(Records from a collection)
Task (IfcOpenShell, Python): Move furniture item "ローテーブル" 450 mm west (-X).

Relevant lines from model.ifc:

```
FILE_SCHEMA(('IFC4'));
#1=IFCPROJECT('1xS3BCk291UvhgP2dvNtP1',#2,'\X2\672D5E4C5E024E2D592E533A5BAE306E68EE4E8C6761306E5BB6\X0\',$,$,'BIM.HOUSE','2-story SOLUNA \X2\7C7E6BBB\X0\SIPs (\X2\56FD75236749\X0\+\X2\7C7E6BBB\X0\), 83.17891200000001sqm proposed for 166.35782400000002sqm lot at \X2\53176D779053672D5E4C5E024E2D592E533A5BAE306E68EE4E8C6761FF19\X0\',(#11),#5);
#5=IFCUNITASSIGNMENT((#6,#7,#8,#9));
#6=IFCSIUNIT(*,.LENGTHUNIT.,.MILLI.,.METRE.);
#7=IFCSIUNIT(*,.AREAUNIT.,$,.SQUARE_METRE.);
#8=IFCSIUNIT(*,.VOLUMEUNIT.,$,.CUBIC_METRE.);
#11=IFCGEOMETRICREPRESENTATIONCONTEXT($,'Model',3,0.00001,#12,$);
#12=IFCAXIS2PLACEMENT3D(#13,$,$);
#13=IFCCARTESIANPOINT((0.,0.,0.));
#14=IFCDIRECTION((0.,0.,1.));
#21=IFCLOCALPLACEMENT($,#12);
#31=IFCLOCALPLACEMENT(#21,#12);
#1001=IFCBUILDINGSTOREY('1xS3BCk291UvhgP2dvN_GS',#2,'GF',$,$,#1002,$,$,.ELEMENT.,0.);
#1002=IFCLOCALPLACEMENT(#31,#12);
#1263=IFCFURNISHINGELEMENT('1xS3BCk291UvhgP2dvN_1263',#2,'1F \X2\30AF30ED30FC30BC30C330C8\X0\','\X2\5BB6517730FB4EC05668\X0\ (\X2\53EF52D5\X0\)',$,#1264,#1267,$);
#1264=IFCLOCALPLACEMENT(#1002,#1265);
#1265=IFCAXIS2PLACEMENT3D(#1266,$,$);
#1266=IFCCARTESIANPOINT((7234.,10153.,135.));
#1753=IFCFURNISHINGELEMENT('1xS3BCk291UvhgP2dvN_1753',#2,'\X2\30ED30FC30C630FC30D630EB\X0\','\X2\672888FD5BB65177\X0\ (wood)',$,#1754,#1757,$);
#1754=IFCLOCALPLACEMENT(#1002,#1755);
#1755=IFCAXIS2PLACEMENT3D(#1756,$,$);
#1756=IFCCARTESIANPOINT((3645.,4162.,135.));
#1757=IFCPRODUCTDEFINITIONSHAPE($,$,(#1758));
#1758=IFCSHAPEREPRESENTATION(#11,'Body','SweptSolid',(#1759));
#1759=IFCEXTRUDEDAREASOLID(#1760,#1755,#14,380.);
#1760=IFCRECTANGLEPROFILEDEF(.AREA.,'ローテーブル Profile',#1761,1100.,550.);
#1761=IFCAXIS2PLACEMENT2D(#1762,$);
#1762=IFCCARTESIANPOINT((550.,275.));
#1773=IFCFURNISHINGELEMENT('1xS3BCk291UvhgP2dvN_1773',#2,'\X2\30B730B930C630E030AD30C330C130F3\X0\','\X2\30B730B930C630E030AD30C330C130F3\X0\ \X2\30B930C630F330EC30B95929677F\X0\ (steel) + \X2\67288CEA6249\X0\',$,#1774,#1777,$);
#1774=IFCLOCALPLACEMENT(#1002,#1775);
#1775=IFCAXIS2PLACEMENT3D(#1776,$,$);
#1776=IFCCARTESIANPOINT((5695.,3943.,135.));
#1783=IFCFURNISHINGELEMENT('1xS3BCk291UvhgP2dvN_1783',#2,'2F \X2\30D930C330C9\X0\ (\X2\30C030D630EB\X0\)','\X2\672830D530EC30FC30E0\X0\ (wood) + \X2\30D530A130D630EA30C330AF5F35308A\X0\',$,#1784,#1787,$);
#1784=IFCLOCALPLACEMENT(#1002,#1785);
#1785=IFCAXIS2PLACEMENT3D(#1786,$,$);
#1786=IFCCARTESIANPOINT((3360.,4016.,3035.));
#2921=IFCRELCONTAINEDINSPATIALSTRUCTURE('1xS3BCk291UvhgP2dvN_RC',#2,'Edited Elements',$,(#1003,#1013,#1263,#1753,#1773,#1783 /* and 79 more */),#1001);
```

```python
import ifcopenshell
import ifcopenshell.api.geometry
import ifcopenshell.util.placement
import ifcopenshell.util.unit

model = ifcopenshell.open("model.ifc")
unit_scale = ifcopenshell.util.unit.calculate_unit_scale(model)

item = model.by_guid("1xS3BCk291UvhgP2dvN_1753")
matrix = ifcopenshell.util.placement.get_local_placement(item.ObjectPlacement)
matrix[0, 3] -= 0.45 / unit_scale
ifcopenshell.api.geometry.edit_object_placement(model, product=item, matrix=matrix, is_si=False)

print(ifcopenshell.util.placement.get_local_placement(item.ObjectPlacement).round(3) + 0.0)

model.write("model-out.ifc")
```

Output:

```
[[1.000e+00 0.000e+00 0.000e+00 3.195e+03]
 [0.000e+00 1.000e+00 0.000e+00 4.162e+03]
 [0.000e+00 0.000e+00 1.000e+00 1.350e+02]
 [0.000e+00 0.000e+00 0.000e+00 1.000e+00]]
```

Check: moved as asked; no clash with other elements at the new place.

TASK BRIEF – Reproduce each of the records word for word.

OUTPUT FOR THIS EXERCISE –
Task (IfcOpenShell, Python): Move furniture item "ローテーブル" 450 mm west (-X).

Relevant lines from model.ifc:

```
FILE_SCHEMA(('IFC4'));
#1=IFCPROJECT('1xS3BCk291UvhgP2dvNtP1',#2,'\X2\672D5E4C5E024E2D592E533A5BAE306E68EE4E8C6761306E5BB6\X0\',$,$,'BIM.HOUSE','2-story SOLUNA \X2\7C7E6BBB\X0\SIPs (\X2\56FD75236749\X0\+\X2\7C7E6BBB\X0\), 83.17891200000001sqm proposed for 166.35782400000002sqm lot at \X2\53176D779053672D5E4C5E024E2D592E533A5BAE306E68EE4E8C6761FF19\X0\',(#11),#5);
#5=IFCUNITASSIGNMENT((#6,#7,#8,#9));
#6=IFCSIUNIT(*,.LENGTHUNIT.,.MILLI.,.METRE.);
#7=IFCSIUNIT(*,.AREAUNIT.,$,.SQUARE_METRE.);
#8=IFCSIUNIT(*,.VOLUMEUNIT.,$,.CUBIC_METRE.);
#11=IFCGEOMETRICREPRESENTATIONCONTEXT($,'Model',3,0.00001,#12,$);
#12=IFCAXIS2PLACEMENT3D(#13,$,$);
#13=IFCCARTESIANPOINT((0.,0.,0.));
#14=IFCDIRECTION((0.,0.,1.));
#21=IFCLOCALPLACEMENT($,#12);
#31=IFCLOCALPLACEMENT(#21,#12);
#1001=IFCBUILDINGSTOREY('1xS3BCk291UvhgP2dvN_GS',#2,'GF',$,$,#1002,$,$,.ELEMENT.,0.);
#1002=IFCLOCALPLACEMENT(#31,#12);
#1263=IFCFURNISHINGELEMENT('1xS3BCk291UvhgP2dvN_1263',#2,'1F \X2\30AF30ED30FC30BC30C330C8\X0\','\X2\5BB6517730FB4EC05668\X0\ (\X2\53EF52D5\X0\)',$,#1264,#1267,$);
#1264=IFCLOCALPLACEMENT(#1002,#1265);
#1265=IFCAXIS2PLACEMENT3D(#1266,$,$);
#1266=IFCCARTESIANPOINT((7234.,10153.,135.));
#1753=IFCFURNISHINGELEMENT('1xS3BCk291UvhgP2dvN_1753',#2,'\X2\30ED30FC30C630FC30D630EB\X0\','\X2\672888FD5BB65177\X0\ (wood)',$,#1754,#1757,$);
#1754=IFCLOCALPLACEMENT(#1002,#1755);
#1755=IFCAXIS2PLACEMENT3D(#1756,$,$);
#1756=IFCCARTESIANPOINT((3645.,4162.,135.));
#1757=IFCPRODUCTDEFINITIONSHAPE($,$,(#1758));
#1758=IFCSHAPEREPRESENTATION(#11,'Body','SweptSolid',(#1759));
#1759=IFCEXTRUDEDAREASOLID(#1760,#1755,#14,380.);
#1760=IFCRECTANGLEPROFILEDEF(.AREA.,'ローテーブル Profile',#1761,1100.,550.);
#1761=IFCAXIS2PLACEMENT2D(#1762,$);
#1762=IFCCARTESIANPOINT((550.,275.));
#1773=IFCFURNISHINGELEMENT('1xS3BCk291UvhgP2dvN_1773',#2,'\X2\30B730B930C630E030AD30C330C130F3\X0\','\X2\30B730B930C630E030AD30C330C130F3\X0\ \X2\30B930C630F330EC30B95929677F\X0\ (steel) + \X2\67288CEA6249\X0\',$,#1774,#1777,$);
#1774=IFCLOCALPLACEMENT(#1002,#1775);
#1775=IFCAXIS2PLACEMENT3D(#1776,$,$);
#1776=IFCCARTESIANPOINT((5695.,3943.,135.));
#1783=IFCFURNISHINGELEMENT('1xS3BCk291UvhgP2dvN_1783',#2,'2F \X2\30D930C330C9\X0\ (\X2\30C030D630EB\X0\)','\X2\672830D530EC30FC30E0\X0\ (wood) + \X2\30D530A130D630EA30C330AF5F35308A\X0\',$,#1784,#1787,$);
#1784=IFCLOCALPLACEMENT(#1002,#1785);
#1785=IFCAXIS2PLACEMENT3D(#1786,$,$);
#1786=IFCCARTESIANPOINT((3360.,4016.,3035.));
#2921=IFCRELCONTAINEDINSPATIALSTRUCTURE('1xS3BCk291UvhgP2dvN_RC',#2,'Edited Elements',$,(#1003,#1013,#1263,#1753,#1773,#1783 /* and 79 more */),#1001);
```

```python
import ifcopenshell
import ifcopenshell.api.geometry
import ifcopenshell.util.placement
import ifcopenshell.util.unit

model = ifcopenshell.open("model.ifc")
unit_scale = ifcopenshell.util.unit.calculate_unit_scale(model)

item = model.by_guid("1xS3BCk291UvhgP2dvN_1753")
matrix = ifcopenshell.util.placement.get_local_placement(item.ObjectPlacement)
matrix[0, 3] -= 0.45 / unit_scale
ifcopenshell.api.geometry.edit_object_placement(model, product=item, matrix=matrix, is_si=False)

print(ifcopenshell.util.placement.get_local_placement(item.ObjectPlacement).round(3) + 0.0)

model.write("model-out.ifc")
```

Output:

```
[[1.000e+00 0.000e+00 0.000e+00 3.195e+03]
 [0.000e+00 1.000e+00 0.000e+00 4.162e+03]
 [0.000e+00 0.000e+00 1.000e+00 1.350e+02]
 [0.000e+00 0.000e+00 0.000e+00 1.000e+00]]
```

Check: moved as asked; no clash with other elements at the new place.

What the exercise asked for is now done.